Collected data:
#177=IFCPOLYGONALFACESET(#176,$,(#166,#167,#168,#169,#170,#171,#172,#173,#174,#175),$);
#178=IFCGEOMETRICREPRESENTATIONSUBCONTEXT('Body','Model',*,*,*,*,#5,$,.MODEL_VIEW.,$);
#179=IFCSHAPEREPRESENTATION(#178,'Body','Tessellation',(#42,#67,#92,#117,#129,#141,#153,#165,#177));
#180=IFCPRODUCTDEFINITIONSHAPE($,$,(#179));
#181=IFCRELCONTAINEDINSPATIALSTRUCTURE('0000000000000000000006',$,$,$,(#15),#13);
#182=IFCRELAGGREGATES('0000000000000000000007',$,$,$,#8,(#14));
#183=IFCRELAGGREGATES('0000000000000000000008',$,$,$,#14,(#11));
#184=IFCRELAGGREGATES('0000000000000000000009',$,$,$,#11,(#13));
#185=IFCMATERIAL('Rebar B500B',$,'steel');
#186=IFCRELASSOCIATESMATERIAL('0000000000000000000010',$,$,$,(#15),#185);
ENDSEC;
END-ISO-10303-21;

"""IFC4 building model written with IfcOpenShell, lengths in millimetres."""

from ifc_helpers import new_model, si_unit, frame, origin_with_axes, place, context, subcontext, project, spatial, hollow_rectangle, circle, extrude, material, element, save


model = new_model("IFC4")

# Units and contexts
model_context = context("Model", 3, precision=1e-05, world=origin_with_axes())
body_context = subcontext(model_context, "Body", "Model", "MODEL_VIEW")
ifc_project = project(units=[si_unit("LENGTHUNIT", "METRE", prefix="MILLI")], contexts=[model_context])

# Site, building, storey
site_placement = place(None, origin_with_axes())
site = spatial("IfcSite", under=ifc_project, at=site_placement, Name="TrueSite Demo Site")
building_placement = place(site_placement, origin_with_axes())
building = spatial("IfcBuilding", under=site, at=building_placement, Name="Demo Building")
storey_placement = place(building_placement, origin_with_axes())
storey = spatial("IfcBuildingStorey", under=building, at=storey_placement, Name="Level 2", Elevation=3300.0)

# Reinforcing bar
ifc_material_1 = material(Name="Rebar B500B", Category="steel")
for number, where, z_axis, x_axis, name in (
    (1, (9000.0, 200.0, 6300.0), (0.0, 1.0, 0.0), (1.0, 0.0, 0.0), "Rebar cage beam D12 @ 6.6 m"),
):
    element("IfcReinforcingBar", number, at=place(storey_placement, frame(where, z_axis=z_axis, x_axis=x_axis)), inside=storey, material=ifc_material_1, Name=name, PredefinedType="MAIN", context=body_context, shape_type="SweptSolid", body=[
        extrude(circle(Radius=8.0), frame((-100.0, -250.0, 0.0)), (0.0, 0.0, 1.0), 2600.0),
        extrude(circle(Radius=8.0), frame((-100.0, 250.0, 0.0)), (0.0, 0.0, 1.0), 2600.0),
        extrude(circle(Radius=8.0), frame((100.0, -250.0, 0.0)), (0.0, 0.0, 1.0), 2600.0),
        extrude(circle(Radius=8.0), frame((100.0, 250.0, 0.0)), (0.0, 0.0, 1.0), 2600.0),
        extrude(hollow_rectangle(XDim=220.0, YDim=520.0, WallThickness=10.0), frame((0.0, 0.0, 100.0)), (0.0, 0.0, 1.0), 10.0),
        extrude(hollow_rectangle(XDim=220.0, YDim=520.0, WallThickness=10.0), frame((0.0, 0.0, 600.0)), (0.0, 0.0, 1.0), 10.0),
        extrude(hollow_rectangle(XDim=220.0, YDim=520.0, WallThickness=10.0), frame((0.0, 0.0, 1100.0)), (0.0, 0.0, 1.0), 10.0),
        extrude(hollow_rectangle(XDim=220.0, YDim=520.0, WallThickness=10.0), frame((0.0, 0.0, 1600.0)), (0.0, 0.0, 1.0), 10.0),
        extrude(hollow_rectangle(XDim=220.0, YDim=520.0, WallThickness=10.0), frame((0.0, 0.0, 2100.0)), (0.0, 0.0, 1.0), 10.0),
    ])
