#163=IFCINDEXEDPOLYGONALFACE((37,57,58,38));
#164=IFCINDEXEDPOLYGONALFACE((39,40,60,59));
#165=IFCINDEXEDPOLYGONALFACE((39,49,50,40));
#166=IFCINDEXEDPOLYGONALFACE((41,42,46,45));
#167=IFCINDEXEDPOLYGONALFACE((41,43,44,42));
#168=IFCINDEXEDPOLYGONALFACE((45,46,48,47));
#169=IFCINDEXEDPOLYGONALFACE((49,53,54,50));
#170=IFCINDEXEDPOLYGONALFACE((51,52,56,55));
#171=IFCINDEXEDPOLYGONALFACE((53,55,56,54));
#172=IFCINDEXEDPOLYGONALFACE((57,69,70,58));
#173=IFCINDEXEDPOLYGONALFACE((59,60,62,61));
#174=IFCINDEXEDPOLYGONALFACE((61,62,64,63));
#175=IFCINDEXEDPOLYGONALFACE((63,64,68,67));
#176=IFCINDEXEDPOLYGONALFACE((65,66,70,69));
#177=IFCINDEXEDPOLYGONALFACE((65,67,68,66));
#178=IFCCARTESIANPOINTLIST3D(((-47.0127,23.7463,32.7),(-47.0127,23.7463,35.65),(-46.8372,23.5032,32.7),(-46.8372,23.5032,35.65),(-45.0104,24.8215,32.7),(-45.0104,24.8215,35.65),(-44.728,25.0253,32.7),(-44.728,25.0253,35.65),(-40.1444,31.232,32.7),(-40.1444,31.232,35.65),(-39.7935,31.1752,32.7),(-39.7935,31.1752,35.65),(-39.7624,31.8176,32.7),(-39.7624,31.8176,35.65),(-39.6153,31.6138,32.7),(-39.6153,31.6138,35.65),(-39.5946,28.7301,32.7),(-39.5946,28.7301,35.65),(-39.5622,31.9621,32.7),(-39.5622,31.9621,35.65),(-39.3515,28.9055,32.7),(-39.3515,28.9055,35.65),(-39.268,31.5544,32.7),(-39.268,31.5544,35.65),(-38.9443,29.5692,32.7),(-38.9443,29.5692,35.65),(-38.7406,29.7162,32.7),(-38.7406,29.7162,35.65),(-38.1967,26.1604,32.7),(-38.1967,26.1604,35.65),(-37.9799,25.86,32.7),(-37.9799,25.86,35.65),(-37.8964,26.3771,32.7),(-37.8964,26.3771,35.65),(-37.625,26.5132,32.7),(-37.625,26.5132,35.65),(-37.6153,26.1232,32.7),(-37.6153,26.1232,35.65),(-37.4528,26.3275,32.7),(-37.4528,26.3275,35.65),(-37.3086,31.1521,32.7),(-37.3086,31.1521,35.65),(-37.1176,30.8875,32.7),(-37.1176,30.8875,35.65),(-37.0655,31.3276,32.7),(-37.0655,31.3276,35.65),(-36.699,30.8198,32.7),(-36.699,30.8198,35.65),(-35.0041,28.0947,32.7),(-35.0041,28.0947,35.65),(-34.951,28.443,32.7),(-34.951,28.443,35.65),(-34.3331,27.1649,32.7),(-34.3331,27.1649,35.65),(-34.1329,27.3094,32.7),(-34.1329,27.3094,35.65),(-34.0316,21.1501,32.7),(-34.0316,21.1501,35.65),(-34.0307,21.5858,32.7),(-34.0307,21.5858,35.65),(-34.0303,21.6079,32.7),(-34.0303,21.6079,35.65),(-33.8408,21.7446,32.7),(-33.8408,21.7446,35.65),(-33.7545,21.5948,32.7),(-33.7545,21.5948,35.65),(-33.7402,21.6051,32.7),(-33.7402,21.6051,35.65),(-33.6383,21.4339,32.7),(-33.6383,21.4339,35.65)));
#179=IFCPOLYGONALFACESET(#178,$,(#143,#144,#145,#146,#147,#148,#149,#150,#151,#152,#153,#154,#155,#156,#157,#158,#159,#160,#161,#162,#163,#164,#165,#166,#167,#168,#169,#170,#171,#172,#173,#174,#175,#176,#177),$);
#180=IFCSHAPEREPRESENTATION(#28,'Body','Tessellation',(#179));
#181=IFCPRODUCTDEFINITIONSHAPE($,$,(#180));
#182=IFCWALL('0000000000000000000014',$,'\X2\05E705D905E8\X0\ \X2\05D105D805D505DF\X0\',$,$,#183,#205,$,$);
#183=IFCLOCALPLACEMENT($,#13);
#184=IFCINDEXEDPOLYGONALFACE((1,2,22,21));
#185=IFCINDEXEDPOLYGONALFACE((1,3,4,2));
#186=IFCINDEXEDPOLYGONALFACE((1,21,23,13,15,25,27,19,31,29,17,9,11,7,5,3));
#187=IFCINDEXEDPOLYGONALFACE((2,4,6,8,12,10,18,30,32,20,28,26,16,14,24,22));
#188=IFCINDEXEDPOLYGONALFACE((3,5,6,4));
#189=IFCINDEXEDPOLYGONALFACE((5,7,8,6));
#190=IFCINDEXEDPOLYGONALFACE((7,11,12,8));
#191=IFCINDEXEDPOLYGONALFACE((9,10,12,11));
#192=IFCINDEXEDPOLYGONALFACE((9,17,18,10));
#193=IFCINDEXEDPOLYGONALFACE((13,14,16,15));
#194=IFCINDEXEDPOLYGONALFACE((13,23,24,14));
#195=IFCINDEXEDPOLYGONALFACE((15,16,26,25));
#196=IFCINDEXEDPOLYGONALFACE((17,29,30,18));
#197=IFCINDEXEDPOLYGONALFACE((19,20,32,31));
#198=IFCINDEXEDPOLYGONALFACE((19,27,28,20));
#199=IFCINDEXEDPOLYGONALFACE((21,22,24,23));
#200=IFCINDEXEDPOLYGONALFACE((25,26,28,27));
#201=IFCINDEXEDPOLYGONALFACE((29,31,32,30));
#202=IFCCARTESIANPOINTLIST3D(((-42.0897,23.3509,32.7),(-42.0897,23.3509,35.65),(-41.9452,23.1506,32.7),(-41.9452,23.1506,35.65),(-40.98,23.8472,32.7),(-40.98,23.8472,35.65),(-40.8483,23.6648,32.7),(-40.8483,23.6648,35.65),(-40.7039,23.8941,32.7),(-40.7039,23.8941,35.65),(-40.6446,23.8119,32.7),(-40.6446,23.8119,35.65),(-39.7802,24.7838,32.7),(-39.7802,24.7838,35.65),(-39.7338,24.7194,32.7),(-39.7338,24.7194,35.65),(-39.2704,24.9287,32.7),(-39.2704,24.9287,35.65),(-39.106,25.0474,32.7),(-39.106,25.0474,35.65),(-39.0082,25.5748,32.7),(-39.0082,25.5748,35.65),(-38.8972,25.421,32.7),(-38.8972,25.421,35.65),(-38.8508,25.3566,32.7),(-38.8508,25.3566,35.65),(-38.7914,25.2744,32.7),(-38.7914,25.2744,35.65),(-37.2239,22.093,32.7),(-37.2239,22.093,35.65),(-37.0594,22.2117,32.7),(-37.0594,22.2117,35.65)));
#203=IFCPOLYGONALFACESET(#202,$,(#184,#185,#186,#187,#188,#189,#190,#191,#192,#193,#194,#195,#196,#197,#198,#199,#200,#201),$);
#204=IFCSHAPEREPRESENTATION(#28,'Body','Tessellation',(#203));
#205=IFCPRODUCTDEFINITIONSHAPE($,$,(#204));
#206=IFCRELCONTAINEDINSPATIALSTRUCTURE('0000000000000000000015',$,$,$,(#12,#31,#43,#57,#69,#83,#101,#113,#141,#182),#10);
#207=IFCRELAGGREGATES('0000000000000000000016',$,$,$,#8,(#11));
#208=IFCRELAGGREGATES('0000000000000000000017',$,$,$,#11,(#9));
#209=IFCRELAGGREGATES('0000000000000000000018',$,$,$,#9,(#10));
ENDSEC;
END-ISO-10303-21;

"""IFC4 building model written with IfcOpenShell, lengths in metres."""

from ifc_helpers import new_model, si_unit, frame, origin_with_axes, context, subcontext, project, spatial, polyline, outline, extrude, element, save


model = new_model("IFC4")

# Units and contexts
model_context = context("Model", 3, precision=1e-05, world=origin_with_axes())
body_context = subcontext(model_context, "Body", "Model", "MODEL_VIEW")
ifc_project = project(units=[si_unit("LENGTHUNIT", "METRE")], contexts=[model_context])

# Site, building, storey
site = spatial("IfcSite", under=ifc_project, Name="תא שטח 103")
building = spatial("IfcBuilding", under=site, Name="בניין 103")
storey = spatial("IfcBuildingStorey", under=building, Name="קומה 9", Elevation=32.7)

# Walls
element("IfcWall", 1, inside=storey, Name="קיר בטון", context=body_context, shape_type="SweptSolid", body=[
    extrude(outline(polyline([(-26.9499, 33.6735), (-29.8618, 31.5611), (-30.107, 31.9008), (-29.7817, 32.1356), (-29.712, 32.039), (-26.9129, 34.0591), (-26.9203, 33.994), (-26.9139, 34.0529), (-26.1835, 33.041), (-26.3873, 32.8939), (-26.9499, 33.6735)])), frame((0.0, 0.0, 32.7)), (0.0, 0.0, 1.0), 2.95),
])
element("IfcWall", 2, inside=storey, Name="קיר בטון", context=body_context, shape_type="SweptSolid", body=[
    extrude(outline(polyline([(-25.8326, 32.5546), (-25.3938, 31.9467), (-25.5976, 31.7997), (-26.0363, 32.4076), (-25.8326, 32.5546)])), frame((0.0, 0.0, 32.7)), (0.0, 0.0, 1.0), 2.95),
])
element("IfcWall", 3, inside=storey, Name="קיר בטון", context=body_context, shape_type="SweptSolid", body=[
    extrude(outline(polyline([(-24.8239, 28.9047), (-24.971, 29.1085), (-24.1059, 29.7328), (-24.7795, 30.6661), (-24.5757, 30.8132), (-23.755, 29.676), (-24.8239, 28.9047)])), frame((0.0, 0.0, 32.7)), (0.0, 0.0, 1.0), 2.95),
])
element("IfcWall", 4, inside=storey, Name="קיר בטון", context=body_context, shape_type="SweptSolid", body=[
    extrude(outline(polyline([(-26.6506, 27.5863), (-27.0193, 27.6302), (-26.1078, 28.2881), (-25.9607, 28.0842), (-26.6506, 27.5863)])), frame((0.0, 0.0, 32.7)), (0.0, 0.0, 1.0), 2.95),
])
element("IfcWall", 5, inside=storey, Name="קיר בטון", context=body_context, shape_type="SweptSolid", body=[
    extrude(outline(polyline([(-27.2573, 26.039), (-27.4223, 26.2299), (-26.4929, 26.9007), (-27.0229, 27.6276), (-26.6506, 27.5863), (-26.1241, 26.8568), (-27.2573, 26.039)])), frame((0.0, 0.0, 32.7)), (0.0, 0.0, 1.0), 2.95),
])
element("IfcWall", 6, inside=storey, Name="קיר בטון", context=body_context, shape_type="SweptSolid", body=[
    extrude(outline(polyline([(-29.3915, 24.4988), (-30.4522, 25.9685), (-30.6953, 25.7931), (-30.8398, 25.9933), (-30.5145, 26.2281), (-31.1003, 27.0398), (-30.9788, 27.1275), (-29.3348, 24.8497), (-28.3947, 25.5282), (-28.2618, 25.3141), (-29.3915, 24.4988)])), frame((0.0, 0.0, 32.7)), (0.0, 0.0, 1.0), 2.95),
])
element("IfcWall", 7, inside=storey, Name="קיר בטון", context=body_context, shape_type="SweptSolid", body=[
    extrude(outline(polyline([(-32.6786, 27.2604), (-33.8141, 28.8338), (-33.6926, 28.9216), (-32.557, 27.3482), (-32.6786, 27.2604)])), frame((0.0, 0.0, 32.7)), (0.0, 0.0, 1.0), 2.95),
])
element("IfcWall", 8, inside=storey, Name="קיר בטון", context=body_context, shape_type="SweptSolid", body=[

==

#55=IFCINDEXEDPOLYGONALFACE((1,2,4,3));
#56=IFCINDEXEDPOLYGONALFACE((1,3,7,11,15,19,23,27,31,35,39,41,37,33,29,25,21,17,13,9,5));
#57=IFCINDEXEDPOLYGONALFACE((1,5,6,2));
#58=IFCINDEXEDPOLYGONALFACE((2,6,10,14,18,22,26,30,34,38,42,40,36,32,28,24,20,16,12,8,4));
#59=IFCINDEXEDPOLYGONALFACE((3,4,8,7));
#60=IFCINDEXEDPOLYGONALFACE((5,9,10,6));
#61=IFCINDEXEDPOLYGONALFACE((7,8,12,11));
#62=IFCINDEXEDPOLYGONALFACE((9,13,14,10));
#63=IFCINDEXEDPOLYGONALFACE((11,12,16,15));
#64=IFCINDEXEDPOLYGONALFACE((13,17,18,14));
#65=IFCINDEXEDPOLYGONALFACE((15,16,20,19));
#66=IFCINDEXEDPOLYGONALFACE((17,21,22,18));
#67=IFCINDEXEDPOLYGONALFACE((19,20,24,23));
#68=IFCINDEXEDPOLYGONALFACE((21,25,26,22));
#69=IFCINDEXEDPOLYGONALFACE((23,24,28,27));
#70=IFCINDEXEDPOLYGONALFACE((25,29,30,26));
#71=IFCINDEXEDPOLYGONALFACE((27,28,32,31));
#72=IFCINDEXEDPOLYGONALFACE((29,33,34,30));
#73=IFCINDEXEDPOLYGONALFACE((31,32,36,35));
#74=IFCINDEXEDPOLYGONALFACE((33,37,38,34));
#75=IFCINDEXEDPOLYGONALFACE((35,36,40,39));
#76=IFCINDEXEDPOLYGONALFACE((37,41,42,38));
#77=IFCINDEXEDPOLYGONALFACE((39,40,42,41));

EXERCISE: Filter the records for the word "from" and show every line that has it.

SOLUTION BELOW:
from ifc_helpers import new_model, si_unit, frame, origin_with_axes, place, context, subcontext, project, spatial, hollow_rectangle, circle, extrude, material, element, save
from ifc_helpers import new_model, si_unit, frame, origin_with_axes, context, subcontext, project, spatial, polyline, outline, extrude, element, save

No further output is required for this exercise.